AI excels at speed and scale — processing millions of lines of code and testing millions of inputs in timeframes impossible for humans. However, humans still lead in understanding business logic, novel attack vectors, and assessing real-world impact. The most effective approach combines both: AI for broad scanning and humans for validation.
What is the risk of AI being used to exploit zero-days?
The same AI capabilities that help defenders also help attackers. Google’s Threat Intelligence Group warns that AI will accelerate both offense and defense through 2026 and beyond. Anthropic’s leaked documents acknowledge that Claude Mythos “presages an upcoming wave of models that can exploit vulnerabilities in ways that far outpace defenders.”

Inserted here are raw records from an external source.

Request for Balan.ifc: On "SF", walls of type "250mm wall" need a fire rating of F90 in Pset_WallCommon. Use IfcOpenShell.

First a look at what the model holds.

```python
import ifcopenshell
import ifcopenshell.util.element

model = ifcopenshell.open("Balan.ifc")
print(model.schema)
storey = next(s for s in model.by_type("IfcBuildingStorey") if s.Name == "SF")
walls = [e for e in ifcopenshell.util.element.get_decomposition(storey) if e.is_a("IfcWall")]
seen = {}
for e in walls:
    element_type = ifcopenshell.util.element.get_type(e)
    key = (element_type.Name if element_type != e and element_type else None, ifcopenshell.util.element.get_pset(e, "Pset_WallCommon", "FireRating"))
    seen[key] = seen.get(key, 0) + 1
for (name, value), count in sorted(seen.items(), key=str):
    print(count, "x", name, "|", value)
```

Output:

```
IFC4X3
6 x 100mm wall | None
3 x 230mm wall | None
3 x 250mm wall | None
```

```python
import ifcopenshell
import ifcopenshell.api.pset
import ifcopenshell.util.element

model = ifcopenshell.open("Balan.ifc")

storey = next(s for s in model.by_type("IfcBuildingStorey") if s.Name == "SF")
walls = [e for e in ifcopenshell.util.element.get_decomposition(storey) if e.is_a("IfcWall")]

count = 0
for e in walls:
    element_type = ifcopenshell.util.element.get_type(e)
    if element_type in (None, e) or element_type.Name != "250mm wall":
        continue
    # add_pset returns the element's existing set when there is one.
    pset = ifcopenshell.api.pset.add_pset(model, product=e, name="Pset_WallCommon")
    ifcopenshell.api.pset.edit_pset(model, pset=pset, properties={"FireRating": "F90"})
    count += 1

print(count, "walls updated")

model.write("Balan_rev.ifc")
```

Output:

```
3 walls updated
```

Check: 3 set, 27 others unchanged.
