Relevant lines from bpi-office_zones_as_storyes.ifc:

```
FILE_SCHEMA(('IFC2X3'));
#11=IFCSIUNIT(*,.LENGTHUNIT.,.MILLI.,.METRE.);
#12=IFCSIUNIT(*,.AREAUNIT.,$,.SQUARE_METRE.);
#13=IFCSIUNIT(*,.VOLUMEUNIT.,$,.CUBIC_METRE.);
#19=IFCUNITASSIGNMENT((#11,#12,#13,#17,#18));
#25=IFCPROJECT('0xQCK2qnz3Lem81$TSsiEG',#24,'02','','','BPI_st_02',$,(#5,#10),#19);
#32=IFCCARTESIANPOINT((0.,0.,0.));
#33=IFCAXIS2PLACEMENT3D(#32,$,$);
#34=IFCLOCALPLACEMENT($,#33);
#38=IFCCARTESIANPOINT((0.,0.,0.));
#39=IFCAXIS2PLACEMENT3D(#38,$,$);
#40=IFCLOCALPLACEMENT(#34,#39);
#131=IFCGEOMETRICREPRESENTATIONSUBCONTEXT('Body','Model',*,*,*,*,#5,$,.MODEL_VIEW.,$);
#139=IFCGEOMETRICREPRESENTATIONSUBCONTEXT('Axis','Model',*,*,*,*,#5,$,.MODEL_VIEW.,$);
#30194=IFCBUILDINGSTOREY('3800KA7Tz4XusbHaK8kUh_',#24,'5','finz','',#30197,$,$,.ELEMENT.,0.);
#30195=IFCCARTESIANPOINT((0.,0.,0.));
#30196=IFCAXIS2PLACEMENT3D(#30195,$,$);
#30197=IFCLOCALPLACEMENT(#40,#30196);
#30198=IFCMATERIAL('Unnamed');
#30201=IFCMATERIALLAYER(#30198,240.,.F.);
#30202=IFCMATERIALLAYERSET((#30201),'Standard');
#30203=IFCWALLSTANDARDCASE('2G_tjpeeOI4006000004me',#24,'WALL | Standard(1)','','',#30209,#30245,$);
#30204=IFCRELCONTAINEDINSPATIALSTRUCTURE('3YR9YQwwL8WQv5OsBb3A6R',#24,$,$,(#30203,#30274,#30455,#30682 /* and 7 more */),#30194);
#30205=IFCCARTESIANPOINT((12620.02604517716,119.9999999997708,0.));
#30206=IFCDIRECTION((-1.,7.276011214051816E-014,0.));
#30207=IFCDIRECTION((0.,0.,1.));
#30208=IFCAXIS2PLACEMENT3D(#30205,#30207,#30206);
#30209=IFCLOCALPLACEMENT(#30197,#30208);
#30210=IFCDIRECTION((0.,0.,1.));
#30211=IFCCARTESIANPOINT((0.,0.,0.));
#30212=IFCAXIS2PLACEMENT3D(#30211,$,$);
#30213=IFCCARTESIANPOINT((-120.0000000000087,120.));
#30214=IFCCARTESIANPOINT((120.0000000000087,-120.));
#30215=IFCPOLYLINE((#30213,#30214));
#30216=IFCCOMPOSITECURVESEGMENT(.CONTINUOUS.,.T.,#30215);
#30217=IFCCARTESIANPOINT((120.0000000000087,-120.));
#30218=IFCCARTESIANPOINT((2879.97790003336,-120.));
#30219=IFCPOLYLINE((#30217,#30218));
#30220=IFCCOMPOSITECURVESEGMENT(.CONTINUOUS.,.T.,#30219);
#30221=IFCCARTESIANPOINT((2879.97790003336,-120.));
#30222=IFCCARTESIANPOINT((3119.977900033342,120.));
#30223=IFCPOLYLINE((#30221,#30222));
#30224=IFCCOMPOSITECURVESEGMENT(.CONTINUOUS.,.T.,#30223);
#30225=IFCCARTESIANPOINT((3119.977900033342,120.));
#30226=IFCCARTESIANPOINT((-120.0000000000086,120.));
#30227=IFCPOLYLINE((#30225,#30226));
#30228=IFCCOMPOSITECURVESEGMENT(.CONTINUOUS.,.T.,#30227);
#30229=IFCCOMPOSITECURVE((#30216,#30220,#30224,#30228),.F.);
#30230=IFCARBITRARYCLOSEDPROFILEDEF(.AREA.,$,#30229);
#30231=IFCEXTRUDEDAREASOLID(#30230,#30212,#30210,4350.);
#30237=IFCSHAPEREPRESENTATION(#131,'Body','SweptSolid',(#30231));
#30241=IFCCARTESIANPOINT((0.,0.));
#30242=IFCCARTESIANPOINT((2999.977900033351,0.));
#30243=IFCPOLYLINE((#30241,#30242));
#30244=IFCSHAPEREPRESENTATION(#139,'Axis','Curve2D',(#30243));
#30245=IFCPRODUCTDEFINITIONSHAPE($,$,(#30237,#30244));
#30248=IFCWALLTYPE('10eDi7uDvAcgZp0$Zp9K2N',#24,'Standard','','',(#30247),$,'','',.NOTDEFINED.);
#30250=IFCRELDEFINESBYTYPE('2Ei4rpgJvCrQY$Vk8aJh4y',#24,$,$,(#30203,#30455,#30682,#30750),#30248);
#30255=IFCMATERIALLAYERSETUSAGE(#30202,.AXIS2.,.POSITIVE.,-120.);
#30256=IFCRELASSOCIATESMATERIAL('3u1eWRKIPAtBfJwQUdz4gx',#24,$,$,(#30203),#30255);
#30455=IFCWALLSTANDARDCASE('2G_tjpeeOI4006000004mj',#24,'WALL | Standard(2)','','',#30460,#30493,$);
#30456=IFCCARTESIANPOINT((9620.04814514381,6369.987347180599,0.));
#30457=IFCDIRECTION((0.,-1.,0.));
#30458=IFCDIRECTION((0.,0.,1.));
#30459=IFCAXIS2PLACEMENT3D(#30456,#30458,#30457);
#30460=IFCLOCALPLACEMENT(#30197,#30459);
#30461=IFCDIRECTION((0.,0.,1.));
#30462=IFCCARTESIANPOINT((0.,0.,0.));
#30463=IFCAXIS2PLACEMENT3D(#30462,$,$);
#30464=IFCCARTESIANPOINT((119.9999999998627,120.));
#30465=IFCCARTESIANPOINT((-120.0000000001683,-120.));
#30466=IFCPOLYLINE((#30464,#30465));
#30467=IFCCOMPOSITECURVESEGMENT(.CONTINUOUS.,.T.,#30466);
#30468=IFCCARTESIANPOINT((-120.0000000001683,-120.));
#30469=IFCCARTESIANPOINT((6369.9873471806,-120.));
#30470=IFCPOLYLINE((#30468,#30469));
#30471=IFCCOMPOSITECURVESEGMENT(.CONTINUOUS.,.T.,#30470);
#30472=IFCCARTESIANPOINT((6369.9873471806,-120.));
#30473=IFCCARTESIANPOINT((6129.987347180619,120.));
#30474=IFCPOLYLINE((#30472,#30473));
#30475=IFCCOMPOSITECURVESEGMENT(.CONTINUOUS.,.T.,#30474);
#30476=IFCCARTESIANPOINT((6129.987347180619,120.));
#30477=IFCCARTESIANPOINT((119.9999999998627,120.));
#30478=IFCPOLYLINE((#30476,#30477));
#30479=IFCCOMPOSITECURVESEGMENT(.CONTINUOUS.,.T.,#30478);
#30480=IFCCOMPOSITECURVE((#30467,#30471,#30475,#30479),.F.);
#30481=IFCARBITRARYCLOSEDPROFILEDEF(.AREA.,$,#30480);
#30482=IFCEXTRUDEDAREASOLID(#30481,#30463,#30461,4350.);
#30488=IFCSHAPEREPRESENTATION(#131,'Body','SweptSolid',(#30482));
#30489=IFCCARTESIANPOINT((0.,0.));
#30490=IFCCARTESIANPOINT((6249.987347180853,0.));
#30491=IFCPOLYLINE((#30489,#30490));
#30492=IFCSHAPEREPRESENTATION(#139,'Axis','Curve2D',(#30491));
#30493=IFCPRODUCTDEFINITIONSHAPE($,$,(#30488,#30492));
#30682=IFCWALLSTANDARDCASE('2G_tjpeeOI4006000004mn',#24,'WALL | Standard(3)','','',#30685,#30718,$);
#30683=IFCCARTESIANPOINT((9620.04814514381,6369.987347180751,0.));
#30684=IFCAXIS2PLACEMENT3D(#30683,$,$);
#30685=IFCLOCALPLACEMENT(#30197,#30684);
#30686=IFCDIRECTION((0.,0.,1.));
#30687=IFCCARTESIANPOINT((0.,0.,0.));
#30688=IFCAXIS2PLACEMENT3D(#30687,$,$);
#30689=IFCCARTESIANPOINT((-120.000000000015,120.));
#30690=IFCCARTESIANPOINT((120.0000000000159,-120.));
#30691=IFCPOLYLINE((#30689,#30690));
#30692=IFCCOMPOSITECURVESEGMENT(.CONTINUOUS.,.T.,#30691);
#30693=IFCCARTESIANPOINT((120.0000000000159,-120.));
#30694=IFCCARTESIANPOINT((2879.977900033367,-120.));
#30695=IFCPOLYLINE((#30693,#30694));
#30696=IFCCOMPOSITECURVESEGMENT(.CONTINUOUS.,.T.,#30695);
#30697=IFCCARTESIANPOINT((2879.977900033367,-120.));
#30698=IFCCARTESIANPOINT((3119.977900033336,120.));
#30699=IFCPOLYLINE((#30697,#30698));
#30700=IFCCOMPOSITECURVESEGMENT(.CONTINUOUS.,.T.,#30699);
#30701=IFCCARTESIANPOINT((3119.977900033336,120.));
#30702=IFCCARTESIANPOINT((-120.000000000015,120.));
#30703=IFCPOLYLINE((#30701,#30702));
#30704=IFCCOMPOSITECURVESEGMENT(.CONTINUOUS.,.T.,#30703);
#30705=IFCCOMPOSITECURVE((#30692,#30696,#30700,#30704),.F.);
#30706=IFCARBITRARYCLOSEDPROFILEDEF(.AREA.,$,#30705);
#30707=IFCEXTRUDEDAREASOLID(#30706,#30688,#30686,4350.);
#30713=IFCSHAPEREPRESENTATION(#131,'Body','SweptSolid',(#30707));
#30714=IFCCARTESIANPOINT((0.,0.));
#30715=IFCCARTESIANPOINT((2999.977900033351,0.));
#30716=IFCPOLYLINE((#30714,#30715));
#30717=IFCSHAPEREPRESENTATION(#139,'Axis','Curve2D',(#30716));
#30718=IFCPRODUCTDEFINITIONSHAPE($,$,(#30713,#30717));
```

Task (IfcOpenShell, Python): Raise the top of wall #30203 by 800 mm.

```python
import ifcopenshell
import ifcopenshell.geom
import ifcopenshell.util.representation
import ifcopenshell.util.shape
import ifcopenshell.util.unit

model = ifcopenshell.open("bpi-office_zones_as_storyes.ifc")
unit_scale = ifcopenshell.util.unit.calculate_unit_scale(model)
settings = ifcopenshell.geom.settings()


def volume(element):
    """Net volume in cubic metres, openings subtracted."""
    shape = ifcopenshell.geom.create_shape(settings, element)
    return ifcopenshell.util.shape.get_volume(shape.geometry)


wall = model.by_guid("2G_tjpeeOI4006000004me")
before = volume(wall)

body = ifcopenshell.util.representation.get_representation(wall, "Model", "Body")
solid = body.Items[0]
old_height = solid.Depth
solid.Depth += 0.8 / unit_scale
after = volume(wall)

print(f"height {old_height:g} -> {solid.Depth:g}, volume {before:.3f} -> {after:.3f} m3")

model.write("bpi-office_zones_as_storyes-out.ifc")
```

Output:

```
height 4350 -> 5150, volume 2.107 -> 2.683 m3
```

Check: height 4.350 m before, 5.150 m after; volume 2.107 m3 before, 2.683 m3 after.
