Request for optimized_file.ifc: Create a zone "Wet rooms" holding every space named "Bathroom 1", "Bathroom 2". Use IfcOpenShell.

First a look at what the model holds.

```python
import ifcopenshell

model = ifcopenshell.open("optimized_file.ifc")
print(model.schema)
seen = {}
for space in model.by_type("IfcSpace"):
    seen[space.LongName] = seen.get(space.LongName, 0) + 1
for name, count in sorted(seen.items(), key=str):
    print(count, "x", name)
print("zones:", [z.Name for z in model.by_type("IfcZone")][:20])
```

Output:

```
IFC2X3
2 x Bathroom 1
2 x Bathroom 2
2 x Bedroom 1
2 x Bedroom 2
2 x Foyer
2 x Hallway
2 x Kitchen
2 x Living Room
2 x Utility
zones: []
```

```python
import ifcopenshell
import ifcopenshell.api.group
import ifcopenshell.api.root

model = ifcopenshell.open("optimized_file.ifc")

names = {"Bathroom 1", "Bathroom 2"}
spaces = [s for s in model.by_type("IfcSpace") if s.LongName in names]

zone = ifcopenshell.api.root.create_entity(model, ifc_class="IfcZone", name="Wet rooms")
ifcopenshell.api.group.assign_group(model, products=spaces, group=zone)
print(len(spaces), "spaces in", zone.Name)

model.write("optimized_file_updated.ifc")
```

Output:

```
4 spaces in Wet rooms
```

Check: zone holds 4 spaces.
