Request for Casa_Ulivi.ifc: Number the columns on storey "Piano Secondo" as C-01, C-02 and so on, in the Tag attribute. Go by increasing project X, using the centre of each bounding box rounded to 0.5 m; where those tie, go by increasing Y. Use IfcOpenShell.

First a look at what the model holds.

```python
import ifcopenshell
import ifcopenshell.util.element
import ifcopenshell.util.placement

model = ifcopenshell.open("Casa_Ulivi.ifc")
print(model.schema)
storey = next(s for s in model.by_type("IfcBuildingStorey") if s.Name == "Piano Secondo")
columns = [e for e in ifcopenshell.util.element.get_decomposition(storey) if e.is_a("IfcColumn")]
for e in sorted(columns, key=lambda e: e.id()):
    origin = ifcopenshell.util.placement.get_local_placement(e.ObjectPlacement)[:3, 3]
    print(e.id(), e.Tag, e.Name, origin.round(2) + 0.0, sep=" | ")
```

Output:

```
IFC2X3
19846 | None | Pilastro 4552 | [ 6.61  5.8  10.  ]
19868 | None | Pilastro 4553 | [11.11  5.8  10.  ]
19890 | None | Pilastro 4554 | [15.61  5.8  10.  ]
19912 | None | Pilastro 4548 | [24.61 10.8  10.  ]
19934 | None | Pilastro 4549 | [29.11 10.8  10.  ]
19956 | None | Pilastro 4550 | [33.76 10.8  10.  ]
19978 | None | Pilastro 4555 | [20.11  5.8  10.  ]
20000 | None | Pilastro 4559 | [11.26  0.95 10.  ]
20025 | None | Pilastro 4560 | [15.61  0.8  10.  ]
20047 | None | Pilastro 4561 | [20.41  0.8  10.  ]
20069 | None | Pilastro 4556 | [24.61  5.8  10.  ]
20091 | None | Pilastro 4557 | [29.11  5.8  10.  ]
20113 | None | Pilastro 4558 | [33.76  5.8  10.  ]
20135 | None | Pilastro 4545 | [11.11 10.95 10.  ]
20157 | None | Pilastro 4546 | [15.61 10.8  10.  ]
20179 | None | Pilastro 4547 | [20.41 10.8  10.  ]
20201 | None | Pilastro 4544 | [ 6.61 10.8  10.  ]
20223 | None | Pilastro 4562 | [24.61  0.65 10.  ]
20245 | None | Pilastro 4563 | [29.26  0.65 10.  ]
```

```python
import ifcopenshell
import ifcopenshell.geom
import ifcopenshell.util.element
import ifcopenshell.util.shape

model = ifcopenshell.open("Casa_Ulivi.ifc")
settings = ifcopenshell.geom.settings()
settings.set("use-world-coords", True)


def centre(element):
    shape = ifcopenshell.geom.create_shape(settings, element)
    return ifcopenshell.util.shape.get_bbox_centroid(shape.geometry)


storey = next(s for s in model.by_type("IfcBuildingStorey") if s.Name == "Piano Secondo")
columns = [e for e in ifcopenshell.util.element.get_decomposition(storey) if e.is_a("IfcColumn")]

# Insertion points can sit at a corner or the storey origin, so sort by the geometry (in metres).
centres = {e: centre(e) for e in columns}
columns.sort(key=lambda e: (round(centres[e][0] / 0.5), centres[e][1]))

for i, e in enumerate(columns, start=1):
    number = f"C-{i:02d}"
    e.Tag = number
    print(e.id(), number)

model.write("Casa_Ulivi_rev.ifc")
```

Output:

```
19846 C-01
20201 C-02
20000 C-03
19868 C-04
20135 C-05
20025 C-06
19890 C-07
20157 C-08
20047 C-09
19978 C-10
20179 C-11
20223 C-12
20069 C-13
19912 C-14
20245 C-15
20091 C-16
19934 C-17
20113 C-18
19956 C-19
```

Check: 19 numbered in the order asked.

What AI tools can find zero-day vulnerabilities?
Notable tools include the open-source cyber reasoning systems from DARPA AIxCC (including Team Atlanta’s winning CRS), AISLE for library vulnerability discovery, Trend Micro’s AESIR platform (21 critical CVEs found), and Microsoft Security Copilot for threat detection. Claude Mythos is being tested in restricted settings for vulnerability discovery.
How much does AI vulnerability scanning cost compared to manual testing?
AI-powered vulnerability discovery averaged $152 per task in the DARPA AIxCC, with 45-minute remediation times. Manual penetration tests typically cost $10,000-$100,000 and take days to weeks. Even accounting for AI compute costs, automated discovery is roughly 100x cheaper than traditional methods.